Plus de 1000 euros l’aller simple et près de 2000 euros l’aller-retour. Rentrer chez soi pour les fêtes, un moment précieux, mais pour les étudiants réunionnais dans l’Hexagone cela devient un luxe. Entre billets hors de prix et budget serré, beaucoup doivent renoncer.
"Je pouvais revenir que la première année, mais je ne l’ai pas fait parce que ça coûte cher et je n’avais pas forcément les moyens."
"J’ai des amis en métropole, ils sont partis l’année dernière pour leurs études. Les billets d’avion sont très chers pour les fêtes de fin d’année. Certains reviennent, mais ils doivent se priver et économiser beaucoup."
Manon, âgée de 28 ans, originaire de Saint-Joseph, est en alternance. Même avec son salaire, il est impossible pour elle de prendre un billet en décembre. Les tarifs explosent et sont bien au-delà de ses moyens. "Quand on enlève le loyer, l’électricité, l’eau, il ne nous reste pas grand-chose. Le prix d’un billet d’avion est d’environ 1500 euros. J’ai posé 10 jours de congé. Je vais devoir les passer toute seule ici", raconte Manon Gabriel, étudiante en région parisienne.
Loucas, âgé de 23 ans termine son master à Lille. Lui n’a pas pu résister à l’envie de voir sa famille. Il a payé 1800€ l’aller-retour pour 15 jours seulement. "Je m’y suis pris au mois de septembre, c’est à cette période que j’ai su combien de jours de vacances j’avais pour la période de Noël. J’ai pris moi-même, ma famille n’a pas énormément de moyen et je n’étais pas éligible à l’aide cette année", indique Loucas Fontaine, étudiant.

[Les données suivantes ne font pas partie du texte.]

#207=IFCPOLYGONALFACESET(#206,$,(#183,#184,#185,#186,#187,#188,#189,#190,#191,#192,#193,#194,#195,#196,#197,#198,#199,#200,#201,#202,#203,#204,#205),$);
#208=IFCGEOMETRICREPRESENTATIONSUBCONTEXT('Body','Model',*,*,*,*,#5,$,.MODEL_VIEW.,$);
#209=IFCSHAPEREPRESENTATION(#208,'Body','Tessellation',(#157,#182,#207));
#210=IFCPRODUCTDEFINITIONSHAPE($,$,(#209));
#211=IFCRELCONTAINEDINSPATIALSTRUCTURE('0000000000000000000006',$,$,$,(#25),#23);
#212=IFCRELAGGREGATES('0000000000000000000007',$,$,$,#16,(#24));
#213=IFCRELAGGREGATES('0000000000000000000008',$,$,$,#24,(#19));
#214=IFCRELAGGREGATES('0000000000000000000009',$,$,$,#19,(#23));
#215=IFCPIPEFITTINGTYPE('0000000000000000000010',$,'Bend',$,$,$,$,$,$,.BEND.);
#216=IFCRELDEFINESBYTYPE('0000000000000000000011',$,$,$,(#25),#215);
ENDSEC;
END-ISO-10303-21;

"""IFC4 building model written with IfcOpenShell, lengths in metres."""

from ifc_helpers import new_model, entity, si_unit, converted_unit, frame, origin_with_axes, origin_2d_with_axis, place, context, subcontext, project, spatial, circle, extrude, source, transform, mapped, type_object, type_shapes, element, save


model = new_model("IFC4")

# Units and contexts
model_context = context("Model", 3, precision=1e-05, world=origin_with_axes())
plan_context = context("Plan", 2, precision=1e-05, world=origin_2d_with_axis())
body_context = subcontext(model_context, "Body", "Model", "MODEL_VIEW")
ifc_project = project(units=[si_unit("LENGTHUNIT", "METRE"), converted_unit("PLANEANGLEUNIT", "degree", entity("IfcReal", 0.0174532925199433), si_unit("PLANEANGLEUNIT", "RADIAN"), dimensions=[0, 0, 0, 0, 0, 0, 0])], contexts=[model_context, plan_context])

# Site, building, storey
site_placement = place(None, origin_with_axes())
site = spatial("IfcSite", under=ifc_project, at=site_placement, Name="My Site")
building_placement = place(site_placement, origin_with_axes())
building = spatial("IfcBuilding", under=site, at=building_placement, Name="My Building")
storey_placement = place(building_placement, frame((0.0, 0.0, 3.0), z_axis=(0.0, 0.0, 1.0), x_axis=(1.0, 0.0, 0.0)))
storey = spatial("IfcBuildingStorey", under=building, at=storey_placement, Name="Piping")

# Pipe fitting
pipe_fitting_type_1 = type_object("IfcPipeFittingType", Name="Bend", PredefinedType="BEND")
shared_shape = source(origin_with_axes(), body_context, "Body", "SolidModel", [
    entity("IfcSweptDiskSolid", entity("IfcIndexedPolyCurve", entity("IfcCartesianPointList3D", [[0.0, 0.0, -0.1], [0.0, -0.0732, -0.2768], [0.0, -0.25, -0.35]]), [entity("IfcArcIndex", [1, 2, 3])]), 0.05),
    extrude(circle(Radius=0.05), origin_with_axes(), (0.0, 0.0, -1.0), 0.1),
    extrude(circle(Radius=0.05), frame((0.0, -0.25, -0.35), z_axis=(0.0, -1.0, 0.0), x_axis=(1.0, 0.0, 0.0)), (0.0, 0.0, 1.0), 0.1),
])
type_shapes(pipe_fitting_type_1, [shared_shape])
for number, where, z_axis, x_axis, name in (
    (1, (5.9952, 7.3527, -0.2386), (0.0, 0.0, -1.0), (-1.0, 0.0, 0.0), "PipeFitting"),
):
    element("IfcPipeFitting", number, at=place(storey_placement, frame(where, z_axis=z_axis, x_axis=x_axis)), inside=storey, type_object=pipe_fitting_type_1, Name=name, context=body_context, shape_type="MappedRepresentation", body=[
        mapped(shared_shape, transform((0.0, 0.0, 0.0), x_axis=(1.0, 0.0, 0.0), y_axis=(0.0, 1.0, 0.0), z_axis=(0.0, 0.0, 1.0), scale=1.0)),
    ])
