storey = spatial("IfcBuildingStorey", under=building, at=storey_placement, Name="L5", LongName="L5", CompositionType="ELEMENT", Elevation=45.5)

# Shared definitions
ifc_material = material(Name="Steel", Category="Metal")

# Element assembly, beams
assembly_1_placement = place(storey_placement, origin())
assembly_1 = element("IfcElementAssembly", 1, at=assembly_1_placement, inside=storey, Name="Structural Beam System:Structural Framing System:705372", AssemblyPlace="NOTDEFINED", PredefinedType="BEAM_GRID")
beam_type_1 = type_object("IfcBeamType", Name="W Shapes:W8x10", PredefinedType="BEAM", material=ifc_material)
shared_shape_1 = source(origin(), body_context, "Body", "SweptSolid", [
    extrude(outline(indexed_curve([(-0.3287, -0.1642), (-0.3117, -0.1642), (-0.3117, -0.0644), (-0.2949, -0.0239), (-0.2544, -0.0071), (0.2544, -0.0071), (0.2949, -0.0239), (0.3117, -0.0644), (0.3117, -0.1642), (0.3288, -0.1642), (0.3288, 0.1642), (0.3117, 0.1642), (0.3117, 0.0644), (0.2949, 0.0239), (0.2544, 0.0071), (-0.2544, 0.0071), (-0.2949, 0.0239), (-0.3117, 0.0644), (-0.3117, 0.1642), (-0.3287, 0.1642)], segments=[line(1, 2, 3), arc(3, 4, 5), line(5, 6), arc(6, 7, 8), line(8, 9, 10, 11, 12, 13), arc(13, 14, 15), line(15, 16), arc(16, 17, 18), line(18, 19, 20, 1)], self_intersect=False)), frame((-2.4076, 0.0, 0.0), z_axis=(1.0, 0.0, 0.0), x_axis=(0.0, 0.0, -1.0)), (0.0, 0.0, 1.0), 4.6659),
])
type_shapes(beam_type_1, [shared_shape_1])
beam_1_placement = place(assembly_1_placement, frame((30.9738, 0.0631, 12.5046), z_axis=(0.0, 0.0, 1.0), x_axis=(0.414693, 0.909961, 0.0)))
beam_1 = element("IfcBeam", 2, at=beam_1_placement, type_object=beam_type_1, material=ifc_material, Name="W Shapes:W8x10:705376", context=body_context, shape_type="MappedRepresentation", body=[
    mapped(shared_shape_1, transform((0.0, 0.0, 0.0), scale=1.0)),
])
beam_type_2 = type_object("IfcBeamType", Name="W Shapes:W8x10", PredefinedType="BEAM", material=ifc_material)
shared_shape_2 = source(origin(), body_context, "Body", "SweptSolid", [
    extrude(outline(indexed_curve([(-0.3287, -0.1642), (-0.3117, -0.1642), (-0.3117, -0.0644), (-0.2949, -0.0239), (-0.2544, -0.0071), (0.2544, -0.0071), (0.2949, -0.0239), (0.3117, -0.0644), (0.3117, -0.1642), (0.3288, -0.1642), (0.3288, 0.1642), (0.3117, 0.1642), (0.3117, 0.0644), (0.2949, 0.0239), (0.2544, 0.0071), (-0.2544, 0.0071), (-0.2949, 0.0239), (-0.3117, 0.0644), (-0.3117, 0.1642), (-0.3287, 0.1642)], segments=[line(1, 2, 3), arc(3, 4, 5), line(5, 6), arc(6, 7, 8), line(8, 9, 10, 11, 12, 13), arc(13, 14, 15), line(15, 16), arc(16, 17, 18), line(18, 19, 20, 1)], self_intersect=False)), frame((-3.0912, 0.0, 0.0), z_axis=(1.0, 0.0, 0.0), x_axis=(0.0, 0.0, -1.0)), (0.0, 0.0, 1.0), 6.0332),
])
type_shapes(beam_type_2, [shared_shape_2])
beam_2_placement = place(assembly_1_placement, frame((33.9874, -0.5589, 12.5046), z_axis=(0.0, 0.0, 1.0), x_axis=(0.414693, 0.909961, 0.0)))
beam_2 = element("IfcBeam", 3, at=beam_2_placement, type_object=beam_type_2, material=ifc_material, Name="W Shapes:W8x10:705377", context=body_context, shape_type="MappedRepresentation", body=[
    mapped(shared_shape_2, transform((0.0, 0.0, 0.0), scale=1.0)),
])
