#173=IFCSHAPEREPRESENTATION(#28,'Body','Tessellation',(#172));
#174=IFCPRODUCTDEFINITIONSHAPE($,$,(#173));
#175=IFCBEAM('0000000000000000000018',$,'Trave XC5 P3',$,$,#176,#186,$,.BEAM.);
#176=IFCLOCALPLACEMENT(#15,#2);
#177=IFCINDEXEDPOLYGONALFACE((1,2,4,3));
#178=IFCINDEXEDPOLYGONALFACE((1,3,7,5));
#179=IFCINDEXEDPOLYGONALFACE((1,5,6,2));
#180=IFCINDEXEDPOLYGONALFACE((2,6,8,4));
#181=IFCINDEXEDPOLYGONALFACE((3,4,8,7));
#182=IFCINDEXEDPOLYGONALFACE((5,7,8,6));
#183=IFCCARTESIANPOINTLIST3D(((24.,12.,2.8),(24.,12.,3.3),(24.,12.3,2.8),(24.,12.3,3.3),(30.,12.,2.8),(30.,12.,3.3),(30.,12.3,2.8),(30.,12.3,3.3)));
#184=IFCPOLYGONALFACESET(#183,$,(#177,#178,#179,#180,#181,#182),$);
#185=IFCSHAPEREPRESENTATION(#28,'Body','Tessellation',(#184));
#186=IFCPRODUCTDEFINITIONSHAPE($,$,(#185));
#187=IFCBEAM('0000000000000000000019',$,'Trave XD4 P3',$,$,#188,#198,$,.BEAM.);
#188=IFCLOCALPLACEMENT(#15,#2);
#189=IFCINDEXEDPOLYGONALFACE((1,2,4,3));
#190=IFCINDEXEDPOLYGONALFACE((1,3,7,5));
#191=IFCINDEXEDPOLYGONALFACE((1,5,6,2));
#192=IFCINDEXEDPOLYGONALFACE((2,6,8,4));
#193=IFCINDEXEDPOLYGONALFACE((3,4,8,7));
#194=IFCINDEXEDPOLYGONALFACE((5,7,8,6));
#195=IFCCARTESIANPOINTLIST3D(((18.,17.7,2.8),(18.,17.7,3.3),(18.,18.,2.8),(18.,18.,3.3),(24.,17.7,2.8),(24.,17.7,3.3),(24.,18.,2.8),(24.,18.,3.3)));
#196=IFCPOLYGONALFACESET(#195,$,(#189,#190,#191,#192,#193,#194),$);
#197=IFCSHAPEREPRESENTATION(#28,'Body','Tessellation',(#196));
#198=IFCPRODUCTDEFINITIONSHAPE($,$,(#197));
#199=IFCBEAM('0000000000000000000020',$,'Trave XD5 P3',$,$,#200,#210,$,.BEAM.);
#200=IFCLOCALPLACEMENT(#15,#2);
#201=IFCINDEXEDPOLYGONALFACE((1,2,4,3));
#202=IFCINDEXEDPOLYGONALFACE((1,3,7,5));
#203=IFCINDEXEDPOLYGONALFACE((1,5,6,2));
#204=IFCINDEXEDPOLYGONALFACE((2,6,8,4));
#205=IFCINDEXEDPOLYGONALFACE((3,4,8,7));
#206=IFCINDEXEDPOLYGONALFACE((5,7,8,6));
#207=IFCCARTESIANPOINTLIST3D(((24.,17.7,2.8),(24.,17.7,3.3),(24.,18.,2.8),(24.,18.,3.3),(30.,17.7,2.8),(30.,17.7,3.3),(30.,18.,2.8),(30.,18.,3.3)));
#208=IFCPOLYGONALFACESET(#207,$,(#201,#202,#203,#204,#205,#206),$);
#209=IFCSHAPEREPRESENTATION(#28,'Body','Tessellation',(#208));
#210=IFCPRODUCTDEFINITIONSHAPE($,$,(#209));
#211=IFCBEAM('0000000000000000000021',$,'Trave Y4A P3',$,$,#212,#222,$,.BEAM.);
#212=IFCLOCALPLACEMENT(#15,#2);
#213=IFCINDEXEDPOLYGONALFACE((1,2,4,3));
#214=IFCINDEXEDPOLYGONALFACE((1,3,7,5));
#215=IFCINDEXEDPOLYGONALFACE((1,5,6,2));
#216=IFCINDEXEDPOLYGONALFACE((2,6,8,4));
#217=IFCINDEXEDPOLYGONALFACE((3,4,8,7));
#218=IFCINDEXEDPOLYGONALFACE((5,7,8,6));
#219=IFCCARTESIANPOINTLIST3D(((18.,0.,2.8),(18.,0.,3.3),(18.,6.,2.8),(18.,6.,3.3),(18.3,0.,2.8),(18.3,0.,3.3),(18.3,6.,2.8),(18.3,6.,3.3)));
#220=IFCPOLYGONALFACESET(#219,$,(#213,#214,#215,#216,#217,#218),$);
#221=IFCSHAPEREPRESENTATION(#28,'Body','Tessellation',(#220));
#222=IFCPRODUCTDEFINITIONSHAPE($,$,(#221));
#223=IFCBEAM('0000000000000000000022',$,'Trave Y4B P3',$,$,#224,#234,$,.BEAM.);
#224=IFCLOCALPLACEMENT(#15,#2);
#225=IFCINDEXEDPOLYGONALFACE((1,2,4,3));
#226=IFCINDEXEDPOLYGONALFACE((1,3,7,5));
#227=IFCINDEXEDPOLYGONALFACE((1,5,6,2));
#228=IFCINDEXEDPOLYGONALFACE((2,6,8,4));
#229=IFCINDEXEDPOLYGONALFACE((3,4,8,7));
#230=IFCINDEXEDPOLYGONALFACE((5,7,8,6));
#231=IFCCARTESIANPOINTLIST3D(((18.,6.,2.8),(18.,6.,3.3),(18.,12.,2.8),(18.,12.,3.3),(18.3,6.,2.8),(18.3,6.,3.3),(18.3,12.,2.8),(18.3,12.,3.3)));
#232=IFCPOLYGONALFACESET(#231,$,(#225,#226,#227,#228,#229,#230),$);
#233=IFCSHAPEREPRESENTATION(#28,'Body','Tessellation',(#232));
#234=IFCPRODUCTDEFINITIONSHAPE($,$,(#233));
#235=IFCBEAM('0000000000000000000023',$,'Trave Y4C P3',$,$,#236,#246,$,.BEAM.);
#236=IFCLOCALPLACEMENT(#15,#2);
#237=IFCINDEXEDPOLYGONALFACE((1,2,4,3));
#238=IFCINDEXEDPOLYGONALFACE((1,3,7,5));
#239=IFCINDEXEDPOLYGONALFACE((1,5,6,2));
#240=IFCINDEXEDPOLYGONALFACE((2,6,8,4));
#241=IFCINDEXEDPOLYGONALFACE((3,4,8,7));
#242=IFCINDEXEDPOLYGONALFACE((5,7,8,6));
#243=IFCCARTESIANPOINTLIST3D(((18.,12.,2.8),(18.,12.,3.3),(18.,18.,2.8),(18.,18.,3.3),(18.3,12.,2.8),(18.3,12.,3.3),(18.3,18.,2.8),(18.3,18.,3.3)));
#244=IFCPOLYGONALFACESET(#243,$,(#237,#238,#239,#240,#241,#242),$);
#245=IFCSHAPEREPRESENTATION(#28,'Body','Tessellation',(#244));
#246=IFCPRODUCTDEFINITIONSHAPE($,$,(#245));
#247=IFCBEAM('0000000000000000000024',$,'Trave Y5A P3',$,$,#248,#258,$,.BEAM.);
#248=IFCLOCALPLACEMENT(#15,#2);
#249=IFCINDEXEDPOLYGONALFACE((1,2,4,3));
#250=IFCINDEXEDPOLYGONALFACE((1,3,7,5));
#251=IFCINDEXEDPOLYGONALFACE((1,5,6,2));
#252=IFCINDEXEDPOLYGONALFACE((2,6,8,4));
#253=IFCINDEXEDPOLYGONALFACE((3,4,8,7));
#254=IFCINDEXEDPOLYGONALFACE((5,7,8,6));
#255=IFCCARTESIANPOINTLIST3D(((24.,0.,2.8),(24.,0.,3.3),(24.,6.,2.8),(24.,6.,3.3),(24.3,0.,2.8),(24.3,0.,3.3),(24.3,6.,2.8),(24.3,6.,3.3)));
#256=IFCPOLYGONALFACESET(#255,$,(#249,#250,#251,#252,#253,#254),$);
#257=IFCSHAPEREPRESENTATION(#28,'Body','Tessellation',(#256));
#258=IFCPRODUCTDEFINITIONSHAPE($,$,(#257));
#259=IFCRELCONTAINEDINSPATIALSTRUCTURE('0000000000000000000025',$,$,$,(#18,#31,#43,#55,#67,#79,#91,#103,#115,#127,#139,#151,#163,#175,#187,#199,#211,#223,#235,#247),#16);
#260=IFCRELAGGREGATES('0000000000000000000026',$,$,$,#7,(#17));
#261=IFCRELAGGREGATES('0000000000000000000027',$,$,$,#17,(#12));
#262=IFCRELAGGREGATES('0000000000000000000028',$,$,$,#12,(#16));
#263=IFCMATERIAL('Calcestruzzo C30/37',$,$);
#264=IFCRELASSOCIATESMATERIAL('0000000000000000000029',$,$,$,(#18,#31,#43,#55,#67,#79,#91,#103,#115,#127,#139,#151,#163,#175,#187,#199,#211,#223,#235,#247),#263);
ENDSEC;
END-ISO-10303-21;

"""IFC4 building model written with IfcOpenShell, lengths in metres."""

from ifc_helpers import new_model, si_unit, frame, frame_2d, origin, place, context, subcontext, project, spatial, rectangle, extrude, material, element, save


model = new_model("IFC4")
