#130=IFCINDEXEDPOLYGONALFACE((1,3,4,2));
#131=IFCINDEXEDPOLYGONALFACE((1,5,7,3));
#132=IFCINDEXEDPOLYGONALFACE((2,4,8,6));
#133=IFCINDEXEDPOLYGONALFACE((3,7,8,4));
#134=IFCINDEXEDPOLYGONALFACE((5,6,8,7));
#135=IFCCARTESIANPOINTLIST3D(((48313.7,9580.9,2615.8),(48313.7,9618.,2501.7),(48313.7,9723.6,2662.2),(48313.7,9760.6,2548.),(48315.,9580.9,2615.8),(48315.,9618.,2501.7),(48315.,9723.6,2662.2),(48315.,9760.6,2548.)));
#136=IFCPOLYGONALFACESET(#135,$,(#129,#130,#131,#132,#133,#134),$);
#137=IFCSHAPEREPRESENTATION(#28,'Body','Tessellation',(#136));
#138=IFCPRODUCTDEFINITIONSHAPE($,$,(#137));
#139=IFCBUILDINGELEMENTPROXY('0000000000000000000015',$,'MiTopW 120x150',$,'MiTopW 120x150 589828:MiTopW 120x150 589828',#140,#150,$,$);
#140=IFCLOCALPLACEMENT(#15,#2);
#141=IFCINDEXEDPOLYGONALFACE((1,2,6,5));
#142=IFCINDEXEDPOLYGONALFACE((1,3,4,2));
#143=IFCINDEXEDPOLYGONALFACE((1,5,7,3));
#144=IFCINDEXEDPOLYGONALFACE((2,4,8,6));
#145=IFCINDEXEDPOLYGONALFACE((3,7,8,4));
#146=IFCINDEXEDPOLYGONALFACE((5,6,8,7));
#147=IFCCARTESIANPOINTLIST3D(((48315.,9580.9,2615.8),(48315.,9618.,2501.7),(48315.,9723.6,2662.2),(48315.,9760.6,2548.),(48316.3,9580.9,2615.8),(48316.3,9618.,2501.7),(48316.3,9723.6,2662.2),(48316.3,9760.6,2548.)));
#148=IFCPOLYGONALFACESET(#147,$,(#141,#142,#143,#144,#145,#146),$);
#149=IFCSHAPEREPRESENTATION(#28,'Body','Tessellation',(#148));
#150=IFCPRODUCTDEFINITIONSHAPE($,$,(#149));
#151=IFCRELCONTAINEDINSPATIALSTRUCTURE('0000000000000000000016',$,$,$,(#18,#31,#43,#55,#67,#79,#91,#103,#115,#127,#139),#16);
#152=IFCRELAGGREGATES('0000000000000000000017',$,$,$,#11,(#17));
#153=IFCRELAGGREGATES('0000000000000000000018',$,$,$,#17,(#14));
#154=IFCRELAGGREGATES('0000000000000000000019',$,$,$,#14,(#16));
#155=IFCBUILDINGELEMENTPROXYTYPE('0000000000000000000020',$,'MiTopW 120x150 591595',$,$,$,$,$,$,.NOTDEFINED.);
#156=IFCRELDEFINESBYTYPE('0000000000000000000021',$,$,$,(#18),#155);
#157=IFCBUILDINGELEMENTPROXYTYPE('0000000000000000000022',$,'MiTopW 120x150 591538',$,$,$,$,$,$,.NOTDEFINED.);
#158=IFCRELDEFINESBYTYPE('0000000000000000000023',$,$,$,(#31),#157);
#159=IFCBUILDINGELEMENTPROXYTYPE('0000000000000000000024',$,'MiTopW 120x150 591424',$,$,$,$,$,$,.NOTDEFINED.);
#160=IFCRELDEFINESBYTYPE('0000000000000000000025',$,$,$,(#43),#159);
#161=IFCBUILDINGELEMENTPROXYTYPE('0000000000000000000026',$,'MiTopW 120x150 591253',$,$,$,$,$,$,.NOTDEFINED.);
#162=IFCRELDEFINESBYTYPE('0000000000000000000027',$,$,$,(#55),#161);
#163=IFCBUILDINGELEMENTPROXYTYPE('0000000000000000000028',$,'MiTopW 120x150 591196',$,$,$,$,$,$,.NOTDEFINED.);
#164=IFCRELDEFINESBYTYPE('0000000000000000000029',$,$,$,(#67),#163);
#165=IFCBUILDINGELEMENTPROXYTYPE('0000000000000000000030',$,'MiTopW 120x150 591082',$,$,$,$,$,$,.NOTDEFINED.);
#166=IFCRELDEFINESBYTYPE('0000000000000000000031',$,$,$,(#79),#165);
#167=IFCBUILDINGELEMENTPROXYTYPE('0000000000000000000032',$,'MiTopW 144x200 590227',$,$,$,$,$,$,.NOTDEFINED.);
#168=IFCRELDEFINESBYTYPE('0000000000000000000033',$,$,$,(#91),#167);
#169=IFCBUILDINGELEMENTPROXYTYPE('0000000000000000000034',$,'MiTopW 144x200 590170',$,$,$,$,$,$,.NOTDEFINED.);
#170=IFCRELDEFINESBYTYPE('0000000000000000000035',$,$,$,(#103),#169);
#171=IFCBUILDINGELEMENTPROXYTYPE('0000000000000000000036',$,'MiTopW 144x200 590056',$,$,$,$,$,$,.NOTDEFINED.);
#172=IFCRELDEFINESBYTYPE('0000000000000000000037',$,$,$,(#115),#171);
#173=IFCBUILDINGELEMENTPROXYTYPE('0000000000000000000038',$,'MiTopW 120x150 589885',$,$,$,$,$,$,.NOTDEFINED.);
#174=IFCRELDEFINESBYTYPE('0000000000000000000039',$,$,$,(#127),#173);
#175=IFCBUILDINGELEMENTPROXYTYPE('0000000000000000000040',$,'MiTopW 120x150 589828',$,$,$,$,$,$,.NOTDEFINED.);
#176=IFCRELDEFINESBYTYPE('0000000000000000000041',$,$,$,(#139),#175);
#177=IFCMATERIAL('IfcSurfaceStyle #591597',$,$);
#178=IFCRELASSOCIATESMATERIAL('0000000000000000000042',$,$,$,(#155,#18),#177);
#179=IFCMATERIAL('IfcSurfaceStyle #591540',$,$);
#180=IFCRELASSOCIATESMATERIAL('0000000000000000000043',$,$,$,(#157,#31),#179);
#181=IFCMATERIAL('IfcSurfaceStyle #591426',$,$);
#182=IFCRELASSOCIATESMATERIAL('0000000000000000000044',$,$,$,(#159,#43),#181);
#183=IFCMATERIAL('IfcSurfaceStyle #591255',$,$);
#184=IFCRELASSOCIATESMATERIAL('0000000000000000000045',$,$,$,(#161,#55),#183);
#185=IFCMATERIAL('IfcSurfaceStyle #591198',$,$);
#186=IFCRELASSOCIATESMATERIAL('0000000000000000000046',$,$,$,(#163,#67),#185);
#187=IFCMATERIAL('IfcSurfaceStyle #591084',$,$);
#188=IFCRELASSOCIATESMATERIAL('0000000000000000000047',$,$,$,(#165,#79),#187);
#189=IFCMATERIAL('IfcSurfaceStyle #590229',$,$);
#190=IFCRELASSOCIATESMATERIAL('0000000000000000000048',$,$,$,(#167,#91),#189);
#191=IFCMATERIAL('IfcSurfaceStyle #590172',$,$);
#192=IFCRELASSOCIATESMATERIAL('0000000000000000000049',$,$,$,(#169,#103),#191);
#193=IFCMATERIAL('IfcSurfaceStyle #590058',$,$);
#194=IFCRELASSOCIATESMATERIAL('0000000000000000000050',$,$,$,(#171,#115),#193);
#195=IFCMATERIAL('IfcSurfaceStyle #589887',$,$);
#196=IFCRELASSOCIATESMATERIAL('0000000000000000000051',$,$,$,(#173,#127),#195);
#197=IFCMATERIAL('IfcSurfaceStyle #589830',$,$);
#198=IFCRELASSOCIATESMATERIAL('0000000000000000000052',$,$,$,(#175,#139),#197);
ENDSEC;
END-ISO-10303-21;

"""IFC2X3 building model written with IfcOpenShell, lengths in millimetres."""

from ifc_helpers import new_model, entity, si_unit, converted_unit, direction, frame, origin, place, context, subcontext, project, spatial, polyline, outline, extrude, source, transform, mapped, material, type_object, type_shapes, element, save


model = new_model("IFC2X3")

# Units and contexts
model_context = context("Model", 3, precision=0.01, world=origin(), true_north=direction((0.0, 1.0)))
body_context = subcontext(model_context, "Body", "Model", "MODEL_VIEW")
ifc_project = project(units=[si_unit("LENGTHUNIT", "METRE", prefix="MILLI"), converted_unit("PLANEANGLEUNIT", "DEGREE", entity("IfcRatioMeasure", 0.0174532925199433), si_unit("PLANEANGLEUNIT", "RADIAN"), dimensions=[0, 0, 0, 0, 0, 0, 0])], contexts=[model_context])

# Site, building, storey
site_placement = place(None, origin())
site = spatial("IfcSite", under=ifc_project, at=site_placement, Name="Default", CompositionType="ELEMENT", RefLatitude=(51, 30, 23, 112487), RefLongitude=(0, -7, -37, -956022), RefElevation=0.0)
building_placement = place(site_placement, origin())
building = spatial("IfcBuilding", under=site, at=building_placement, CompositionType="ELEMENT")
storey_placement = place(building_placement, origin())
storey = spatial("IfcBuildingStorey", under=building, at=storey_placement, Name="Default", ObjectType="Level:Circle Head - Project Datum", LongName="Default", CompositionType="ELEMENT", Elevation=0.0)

Pour accompagner ces jeunes, la Région propose le bon de "ressourcement". Une aide créée après le Covid, valable une fois par an et jusqu’à 800 euros selon les revenus. Cette année près de 5000 étudiants en ont bénéficié. "Ce bon de ressourcement leur permet également de venir faire un stage dans leur territoire. Le fait de venir faire un stage à La Réunion leur permet de rester connectés avec le réseau économique", explique Lorraine Nativel, vice-présidente du conseil régional, déléguée à la continuité territoriale.
Si 320 jeunes ont fait un stage sur l’île par le biais du dispositif en 2025, nombreux sont ceux qui n’ont pas pu rentrer faute de moyen.